Been an ok day so far. Another human sleep and up early. Finished my pushups challenge for the month and moved on to abs one. Will see how it goes!

 

Nearing 300 days g free and feeling a bit unsettled. Not sure if need a bit of support regarding my emotions....but, i guess i received plenty over the years and am still here....does it work or not then? .or, let me rephrase - do i work the counselling or not?

 

Had an epic fall yesterday. Taken girl out and then saw this quite massive dog galavanting over the field towards our direction. Off lead of course. ...so me started running with girl beside me and of course she had to cross my path (something triggering her smell sense on the side of the path) and here i was, happily flying over her and landing on my palms/knees. Keys, phone and lighter scattered around and i tried to gather all those "essentials"before the big dog reached the path. Limped the rest of the journey back home but can report no serious injuries apart from grazed knee and bruised pride! Lil girl got a bit scared seeing my unsuccessful flying attempt so also tried to calm her down and assure that its all good....not her fault....just my wonky legs tripping over each other ??.

 

That's me!
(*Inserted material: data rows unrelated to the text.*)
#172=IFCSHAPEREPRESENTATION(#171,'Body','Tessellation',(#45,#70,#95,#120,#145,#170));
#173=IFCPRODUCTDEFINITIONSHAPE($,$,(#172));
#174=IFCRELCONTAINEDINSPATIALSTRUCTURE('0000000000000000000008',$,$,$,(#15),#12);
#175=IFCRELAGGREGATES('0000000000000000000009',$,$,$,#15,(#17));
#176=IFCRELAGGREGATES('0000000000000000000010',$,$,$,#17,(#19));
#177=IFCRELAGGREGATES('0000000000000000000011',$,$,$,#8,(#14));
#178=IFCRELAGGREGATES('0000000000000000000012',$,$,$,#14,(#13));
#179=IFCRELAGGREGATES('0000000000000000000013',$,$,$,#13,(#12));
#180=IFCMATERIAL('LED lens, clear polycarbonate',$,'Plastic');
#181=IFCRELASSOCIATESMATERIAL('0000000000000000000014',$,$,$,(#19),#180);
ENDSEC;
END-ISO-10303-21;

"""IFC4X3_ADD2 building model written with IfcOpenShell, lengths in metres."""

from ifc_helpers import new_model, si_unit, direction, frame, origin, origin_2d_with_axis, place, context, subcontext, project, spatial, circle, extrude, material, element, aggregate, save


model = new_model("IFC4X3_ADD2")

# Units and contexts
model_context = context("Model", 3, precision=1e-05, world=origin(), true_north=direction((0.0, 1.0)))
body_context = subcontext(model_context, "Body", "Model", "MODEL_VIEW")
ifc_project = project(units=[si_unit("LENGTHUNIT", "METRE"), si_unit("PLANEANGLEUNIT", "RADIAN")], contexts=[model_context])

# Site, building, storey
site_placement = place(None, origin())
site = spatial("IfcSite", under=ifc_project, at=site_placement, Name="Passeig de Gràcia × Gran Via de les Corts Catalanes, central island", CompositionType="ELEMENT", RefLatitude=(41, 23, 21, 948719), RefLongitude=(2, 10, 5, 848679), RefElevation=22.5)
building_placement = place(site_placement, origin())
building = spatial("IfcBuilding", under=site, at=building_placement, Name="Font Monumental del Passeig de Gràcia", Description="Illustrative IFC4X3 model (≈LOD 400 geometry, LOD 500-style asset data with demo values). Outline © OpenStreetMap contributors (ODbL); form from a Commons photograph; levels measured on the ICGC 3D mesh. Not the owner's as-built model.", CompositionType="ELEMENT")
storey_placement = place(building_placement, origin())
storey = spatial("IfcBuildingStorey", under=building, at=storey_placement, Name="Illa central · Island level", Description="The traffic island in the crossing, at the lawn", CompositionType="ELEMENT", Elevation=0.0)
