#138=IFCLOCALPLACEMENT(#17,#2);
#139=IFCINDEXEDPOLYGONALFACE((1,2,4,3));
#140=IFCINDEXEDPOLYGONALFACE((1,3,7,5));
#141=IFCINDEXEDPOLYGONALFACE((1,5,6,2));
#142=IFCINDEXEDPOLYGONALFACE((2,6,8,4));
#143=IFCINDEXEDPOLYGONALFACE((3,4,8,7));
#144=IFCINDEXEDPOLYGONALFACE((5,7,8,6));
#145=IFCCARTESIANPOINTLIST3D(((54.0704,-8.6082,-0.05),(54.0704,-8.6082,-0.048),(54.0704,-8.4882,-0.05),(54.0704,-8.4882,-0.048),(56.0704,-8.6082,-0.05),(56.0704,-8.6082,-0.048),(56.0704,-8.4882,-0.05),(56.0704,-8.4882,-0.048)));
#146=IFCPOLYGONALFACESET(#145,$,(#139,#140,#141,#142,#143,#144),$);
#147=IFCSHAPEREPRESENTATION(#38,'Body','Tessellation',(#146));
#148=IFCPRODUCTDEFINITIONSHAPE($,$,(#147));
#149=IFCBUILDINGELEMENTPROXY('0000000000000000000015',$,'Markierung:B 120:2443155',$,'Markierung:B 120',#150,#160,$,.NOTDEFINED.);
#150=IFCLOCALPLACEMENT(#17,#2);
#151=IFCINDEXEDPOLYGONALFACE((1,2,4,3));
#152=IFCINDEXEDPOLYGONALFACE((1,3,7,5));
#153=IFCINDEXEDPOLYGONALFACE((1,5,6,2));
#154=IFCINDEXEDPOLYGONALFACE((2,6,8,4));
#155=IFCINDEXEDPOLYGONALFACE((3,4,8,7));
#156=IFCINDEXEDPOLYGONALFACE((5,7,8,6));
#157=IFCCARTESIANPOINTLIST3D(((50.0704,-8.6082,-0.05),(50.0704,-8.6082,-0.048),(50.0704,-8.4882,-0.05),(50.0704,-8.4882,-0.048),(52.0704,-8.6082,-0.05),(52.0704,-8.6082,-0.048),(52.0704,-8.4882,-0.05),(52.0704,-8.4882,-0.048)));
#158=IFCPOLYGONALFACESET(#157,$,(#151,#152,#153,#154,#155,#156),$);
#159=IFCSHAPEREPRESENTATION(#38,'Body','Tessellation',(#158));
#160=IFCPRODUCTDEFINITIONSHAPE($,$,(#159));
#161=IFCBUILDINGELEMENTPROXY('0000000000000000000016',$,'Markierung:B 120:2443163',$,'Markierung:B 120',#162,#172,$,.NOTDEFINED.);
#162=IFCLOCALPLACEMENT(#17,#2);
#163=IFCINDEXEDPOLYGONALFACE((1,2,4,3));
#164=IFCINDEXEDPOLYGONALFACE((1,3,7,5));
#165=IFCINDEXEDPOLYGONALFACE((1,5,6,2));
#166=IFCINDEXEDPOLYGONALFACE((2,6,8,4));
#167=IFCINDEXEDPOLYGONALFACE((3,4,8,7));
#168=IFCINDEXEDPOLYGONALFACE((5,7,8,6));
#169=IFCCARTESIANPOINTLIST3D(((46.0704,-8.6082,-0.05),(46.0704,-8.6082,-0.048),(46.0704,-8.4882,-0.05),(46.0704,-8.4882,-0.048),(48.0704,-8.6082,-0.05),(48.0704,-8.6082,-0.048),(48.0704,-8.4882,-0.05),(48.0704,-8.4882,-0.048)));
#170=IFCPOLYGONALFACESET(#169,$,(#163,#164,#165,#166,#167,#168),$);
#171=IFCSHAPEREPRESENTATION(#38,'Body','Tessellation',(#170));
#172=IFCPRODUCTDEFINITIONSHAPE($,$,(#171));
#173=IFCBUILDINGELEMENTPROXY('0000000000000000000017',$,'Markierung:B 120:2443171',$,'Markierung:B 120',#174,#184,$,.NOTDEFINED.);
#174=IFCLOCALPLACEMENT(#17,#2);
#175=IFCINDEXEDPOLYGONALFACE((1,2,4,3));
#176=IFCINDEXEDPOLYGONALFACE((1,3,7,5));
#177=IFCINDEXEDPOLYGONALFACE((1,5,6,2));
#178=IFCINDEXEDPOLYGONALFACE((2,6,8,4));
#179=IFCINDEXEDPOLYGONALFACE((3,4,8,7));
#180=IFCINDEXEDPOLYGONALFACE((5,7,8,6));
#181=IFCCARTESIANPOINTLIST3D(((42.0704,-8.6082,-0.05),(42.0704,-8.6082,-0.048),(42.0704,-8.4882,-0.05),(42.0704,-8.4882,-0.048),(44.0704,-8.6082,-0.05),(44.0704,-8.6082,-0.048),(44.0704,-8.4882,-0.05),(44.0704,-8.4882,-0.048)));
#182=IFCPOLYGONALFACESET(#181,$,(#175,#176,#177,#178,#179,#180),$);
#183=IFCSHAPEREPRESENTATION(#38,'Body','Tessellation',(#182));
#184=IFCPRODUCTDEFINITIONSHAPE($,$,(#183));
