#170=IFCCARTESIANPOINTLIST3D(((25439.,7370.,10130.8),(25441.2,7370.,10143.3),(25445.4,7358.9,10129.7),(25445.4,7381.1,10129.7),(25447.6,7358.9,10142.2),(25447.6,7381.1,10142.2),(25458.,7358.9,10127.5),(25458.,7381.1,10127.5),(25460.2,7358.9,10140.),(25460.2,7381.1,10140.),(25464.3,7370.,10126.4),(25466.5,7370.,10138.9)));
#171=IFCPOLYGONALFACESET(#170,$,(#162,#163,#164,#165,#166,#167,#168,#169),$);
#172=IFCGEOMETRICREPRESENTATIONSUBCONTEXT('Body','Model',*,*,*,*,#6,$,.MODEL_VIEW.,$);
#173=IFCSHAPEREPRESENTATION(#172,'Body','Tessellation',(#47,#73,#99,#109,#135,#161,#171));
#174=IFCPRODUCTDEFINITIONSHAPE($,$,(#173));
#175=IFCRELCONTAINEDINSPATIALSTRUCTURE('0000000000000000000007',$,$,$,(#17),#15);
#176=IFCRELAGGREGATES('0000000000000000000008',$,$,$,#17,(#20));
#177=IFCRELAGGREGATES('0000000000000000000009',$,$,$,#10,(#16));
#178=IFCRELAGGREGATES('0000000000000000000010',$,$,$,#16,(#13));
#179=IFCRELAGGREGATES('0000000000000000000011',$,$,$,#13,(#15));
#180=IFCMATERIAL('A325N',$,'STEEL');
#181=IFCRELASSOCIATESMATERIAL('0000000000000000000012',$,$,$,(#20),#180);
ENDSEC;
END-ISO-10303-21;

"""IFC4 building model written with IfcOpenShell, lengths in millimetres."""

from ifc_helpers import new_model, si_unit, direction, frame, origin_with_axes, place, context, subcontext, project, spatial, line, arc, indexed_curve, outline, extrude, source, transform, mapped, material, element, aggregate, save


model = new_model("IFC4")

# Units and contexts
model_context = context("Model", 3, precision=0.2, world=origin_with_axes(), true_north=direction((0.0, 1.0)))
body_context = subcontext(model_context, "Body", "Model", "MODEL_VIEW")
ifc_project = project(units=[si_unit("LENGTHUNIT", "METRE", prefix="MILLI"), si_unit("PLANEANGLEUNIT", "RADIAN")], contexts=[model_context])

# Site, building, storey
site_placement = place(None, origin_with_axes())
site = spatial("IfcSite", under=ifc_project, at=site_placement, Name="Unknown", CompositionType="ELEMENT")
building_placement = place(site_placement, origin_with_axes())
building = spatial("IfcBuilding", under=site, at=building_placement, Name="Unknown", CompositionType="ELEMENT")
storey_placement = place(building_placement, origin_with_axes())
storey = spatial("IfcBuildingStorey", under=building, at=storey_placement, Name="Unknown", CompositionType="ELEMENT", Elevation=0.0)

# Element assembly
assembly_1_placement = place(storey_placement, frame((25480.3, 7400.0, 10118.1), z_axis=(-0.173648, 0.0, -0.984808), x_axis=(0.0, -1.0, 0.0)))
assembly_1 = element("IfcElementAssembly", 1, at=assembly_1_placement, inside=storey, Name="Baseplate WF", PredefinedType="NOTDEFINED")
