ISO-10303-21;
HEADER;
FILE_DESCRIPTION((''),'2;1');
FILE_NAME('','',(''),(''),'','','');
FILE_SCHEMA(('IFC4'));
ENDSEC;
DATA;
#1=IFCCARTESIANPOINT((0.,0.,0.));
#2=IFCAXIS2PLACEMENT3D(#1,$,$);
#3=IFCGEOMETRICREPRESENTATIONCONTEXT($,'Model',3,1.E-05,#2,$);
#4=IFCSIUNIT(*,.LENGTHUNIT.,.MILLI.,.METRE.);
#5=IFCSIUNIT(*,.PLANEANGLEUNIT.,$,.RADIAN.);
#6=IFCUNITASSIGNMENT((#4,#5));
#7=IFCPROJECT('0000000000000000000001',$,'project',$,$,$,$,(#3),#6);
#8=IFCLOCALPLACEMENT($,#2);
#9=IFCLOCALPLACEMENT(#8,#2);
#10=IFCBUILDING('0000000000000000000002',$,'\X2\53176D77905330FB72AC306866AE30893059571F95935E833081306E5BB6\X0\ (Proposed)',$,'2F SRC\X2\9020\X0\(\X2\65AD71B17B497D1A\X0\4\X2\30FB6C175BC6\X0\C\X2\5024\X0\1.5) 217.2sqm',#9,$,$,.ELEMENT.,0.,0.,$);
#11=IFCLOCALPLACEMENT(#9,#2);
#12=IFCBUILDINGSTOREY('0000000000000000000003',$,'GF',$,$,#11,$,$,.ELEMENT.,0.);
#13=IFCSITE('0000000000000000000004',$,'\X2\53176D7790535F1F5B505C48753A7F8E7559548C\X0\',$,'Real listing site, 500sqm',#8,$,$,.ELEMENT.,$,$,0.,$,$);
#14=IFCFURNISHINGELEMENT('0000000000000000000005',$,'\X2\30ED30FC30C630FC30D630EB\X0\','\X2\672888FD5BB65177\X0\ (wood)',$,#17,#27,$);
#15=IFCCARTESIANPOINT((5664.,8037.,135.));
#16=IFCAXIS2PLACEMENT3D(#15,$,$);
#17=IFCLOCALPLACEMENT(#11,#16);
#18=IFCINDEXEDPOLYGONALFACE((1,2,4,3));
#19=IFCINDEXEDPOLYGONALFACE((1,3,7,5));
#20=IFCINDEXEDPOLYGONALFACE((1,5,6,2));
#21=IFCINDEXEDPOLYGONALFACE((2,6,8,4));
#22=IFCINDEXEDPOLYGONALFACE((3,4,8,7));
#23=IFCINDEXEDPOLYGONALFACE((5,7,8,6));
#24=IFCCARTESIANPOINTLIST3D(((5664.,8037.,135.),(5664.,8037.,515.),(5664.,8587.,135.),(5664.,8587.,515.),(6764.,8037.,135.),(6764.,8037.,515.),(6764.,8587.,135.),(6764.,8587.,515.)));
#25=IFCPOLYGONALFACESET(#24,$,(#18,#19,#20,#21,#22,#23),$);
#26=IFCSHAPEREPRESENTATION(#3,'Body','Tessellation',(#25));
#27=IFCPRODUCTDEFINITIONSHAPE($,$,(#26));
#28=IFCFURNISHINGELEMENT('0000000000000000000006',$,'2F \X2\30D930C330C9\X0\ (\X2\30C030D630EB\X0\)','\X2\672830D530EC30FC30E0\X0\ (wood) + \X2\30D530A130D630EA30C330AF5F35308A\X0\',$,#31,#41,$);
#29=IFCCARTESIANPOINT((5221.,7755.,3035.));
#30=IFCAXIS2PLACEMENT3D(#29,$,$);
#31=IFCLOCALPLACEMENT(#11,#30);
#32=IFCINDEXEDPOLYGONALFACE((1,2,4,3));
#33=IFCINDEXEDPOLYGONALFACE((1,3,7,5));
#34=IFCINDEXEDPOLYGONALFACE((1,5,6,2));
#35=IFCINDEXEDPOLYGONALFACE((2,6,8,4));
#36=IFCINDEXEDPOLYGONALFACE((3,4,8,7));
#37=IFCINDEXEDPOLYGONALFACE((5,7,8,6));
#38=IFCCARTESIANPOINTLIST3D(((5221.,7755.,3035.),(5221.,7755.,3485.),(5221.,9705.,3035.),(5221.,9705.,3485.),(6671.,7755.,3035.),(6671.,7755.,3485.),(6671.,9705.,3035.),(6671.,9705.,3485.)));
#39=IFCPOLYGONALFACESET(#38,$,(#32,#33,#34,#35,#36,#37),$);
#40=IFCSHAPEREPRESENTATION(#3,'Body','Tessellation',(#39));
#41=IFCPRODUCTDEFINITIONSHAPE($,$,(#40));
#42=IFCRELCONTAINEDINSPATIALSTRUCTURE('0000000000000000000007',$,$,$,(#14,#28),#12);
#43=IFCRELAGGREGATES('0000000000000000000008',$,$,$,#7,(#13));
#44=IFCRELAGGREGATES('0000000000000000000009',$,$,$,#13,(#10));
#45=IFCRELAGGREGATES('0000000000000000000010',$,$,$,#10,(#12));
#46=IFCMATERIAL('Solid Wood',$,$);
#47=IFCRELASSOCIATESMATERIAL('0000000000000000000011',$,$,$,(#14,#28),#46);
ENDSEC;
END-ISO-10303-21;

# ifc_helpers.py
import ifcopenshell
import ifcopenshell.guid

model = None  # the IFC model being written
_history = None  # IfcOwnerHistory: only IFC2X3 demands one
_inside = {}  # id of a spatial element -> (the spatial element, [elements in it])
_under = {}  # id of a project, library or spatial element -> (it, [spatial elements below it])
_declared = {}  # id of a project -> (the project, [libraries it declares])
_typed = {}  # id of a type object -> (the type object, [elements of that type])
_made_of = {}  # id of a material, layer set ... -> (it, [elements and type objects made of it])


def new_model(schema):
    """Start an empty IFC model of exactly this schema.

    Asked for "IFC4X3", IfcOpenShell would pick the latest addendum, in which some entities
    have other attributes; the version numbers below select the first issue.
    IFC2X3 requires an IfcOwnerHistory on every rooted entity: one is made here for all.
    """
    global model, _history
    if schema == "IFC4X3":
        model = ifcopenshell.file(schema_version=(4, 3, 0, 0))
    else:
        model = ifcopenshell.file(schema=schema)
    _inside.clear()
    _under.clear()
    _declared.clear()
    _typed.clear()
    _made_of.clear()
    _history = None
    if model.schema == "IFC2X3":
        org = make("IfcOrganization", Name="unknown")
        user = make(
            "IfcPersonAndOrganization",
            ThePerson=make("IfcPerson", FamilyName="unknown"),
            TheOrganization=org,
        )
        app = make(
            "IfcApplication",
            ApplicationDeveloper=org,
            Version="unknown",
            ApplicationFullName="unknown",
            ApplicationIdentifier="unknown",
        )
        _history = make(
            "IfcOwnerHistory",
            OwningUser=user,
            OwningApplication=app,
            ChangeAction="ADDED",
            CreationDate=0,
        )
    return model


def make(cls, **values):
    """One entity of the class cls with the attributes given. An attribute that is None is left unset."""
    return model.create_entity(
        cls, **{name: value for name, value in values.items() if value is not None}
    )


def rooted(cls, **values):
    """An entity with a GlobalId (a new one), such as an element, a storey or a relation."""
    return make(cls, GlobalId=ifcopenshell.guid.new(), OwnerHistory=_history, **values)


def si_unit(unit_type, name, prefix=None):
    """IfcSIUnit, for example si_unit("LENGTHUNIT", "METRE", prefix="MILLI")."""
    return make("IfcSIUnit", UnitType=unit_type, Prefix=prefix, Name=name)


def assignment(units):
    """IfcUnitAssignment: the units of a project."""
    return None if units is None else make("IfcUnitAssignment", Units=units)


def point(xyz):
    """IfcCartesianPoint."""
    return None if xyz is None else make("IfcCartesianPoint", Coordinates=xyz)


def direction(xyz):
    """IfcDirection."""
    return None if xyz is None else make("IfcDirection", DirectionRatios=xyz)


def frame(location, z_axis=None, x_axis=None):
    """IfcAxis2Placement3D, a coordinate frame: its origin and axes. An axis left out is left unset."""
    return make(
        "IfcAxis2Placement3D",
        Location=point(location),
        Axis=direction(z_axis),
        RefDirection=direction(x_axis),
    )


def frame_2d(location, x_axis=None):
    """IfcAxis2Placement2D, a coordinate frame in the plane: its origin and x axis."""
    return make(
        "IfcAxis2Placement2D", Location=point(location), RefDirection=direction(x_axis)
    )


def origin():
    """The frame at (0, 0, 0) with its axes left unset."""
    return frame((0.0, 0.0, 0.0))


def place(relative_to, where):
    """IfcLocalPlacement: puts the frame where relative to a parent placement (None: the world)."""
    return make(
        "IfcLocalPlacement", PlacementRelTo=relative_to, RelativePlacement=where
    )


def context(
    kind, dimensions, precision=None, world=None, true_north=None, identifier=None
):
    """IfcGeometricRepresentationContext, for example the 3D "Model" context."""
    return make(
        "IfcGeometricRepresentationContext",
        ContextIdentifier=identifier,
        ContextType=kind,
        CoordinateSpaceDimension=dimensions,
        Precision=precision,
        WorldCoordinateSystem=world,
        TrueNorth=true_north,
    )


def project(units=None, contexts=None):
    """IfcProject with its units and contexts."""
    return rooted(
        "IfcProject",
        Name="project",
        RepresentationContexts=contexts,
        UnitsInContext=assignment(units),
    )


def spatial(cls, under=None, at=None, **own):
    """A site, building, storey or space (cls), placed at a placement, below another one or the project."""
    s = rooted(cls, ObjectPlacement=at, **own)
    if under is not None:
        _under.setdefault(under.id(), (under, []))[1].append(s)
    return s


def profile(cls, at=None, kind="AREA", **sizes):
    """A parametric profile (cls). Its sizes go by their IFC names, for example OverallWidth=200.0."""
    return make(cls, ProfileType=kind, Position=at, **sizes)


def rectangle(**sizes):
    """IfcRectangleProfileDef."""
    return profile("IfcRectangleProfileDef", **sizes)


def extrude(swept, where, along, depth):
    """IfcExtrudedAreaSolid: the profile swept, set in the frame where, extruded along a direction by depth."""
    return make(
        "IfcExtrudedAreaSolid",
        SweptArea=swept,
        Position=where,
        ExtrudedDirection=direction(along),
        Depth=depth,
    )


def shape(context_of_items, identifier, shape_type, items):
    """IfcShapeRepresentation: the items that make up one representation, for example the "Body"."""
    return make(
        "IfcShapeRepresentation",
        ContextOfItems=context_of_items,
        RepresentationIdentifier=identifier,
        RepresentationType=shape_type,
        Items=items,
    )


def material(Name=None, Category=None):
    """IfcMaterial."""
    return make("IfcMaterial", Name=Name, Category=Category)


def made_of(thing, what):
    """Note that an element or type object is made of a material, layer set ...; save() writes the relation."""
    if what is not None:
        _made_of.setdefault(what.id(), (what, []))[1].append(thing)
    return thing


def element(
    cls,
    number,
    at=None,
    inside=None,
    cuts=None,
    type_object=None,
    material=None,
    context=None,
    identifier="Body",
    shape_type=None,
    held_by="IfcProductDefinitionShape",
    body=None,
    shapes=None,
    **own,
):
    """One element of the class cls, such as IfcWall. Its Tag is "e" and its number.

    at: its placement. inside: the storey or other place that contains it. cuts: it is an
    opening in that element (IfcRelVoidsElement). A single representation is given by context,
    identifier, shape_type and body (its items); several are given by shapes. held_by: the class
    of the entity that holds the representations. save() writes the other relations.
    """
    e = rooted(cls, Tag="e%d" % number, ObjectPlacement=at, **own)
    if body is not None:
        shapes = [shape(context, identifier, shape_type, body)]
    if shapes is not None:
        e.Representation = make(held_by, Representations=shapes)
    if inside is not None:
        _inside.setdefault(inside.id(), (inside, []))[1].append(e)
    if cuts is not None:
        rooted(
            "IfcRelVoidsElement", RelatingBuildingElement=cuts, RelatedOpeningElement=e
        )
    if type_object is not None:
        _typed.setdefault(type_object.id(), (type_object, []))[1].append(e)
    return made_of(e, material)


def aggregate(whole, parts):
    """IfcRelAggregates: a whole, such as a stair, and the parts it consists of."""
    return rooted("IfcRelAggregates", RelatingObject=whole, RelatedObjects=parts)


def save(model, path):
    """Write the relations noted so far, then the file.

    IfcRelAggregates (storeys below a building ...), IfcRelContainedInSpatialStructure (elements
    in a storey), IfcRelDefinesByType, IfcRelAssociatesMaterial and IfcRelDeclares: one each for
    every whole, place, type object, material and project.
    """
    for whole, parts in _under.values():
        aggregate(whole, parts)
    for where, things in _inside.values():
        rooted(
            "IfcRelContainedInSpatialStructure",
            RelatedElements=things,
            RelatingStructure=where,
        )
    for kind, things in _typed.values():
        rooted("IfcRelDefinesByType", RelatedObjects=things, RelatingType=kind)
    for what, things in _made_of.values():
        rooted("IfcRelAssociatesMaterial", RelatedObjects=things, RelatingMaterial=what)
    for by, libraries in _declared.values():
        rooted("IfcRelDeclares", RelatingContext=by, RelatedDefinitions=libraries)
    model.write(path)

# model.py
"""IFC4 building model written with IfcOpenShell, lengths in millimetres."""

from ifc_helpers import new_model, si_unit, frame, frame_2d, origin, place, context, project, spatial, rectangle, extrude, material, element, save


model = new_model("IFC4")

# Units and contexts
model_context = context("Model", 3, precision=1e-05, world=origin())
ifc_project = project(units=[si_unit("LENGTHUNIT", "METRE", prefix="MILLI"), si_unit("PLANEANGLEUNIT", "RADIAN")], contexts=[model_context])

# Site, building, storey
site_placement = place(None, origin())
site = spatial("IfcSite", under=ifc_project, at=site_placement, Name="北海道弟子屈町美留和", ObjectType="Real listing site, 500sqm", CompositionType="ELEMENT", RefElevation=0.0)
building_placement = place(site_placement, origin())
building = spatial("IfcBuilding", under=site, at=building_placement, Name="北海道・犬と暮らす土間広めの家 (Proposed)", ObjectType="2F SRC造(断熱等級4・気密C値1.5) 217.2sqm", CompositionType="ELEMENT", ElevationOfRefHeight=0.0, ElevationOfTerrain=0.0)
storey_placement = place(building_placement, origin())
storey = spatial("IfcBuildingStorey", under=building, at=storey_placement, Name="GF", CompositionType="ELEMENT", Elevation=0.0)

# Shared definitions
ifc_material_1 = material(Name="Solid Wood")

# Furnishing elements
furnishing_1_placement = place(storey_placement, frame((5664.0, 8037.0, 135.0)))
element("IfcFurnishingElement", 1, at=furnishing_1_placement, inside=storey, material=ifc_material_1, Name="ローテーブル", Description="木製家具 (wood)", context=model_context, shape_type="SweptSolid", body=[
    extrude(rectangle(XDim=1100.0, YDim=550.0, at=frame_2d((550.0, 275.0))), frame((5664.0, 8037.0, 135.0)), (0.0, 0.0, 1.0), 380.0),
])
furnishing_2_placement = place(storey_placement, frame((5221.0, 7755.0, 3035.0)))
element("IfcFurnishingElement", 2, at=furnishing_2_placement, inside=storey, material=ifc_material_1, Name="2F ベッド (ダブル)", Description="木フレーム (wood) + ファブリック張り", context=model_context, shape_type="SweptSolid", body=[
    extrude(rectangle(XDim=1450.0, YDim=1950.0, at=frame_2d((725.0, 975.0))), frame((5221.0, 7755.0, 3035.0)), (0.0, 0.0, 1.0), 450.0),
])

save(model, "model.ifc")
Enjoying last sunny day and staying calm....at least trying.

 

Take care all & stay safe!

 

S&B xx

This post was modified 4 years ago by Forum admin
 
Posted : 2nd June 2020 1:45 pm
S.A
 S.A
(@s-687)
Posts: 4883
 

Yes, don't go back to the mind numbing spinning reels, desperately hoping for the feature to drop before the money runs out... it feels really s**t. Always has and always will.

Keep on track with all the positive stuff your doing day to day as i try to get back to doing the same.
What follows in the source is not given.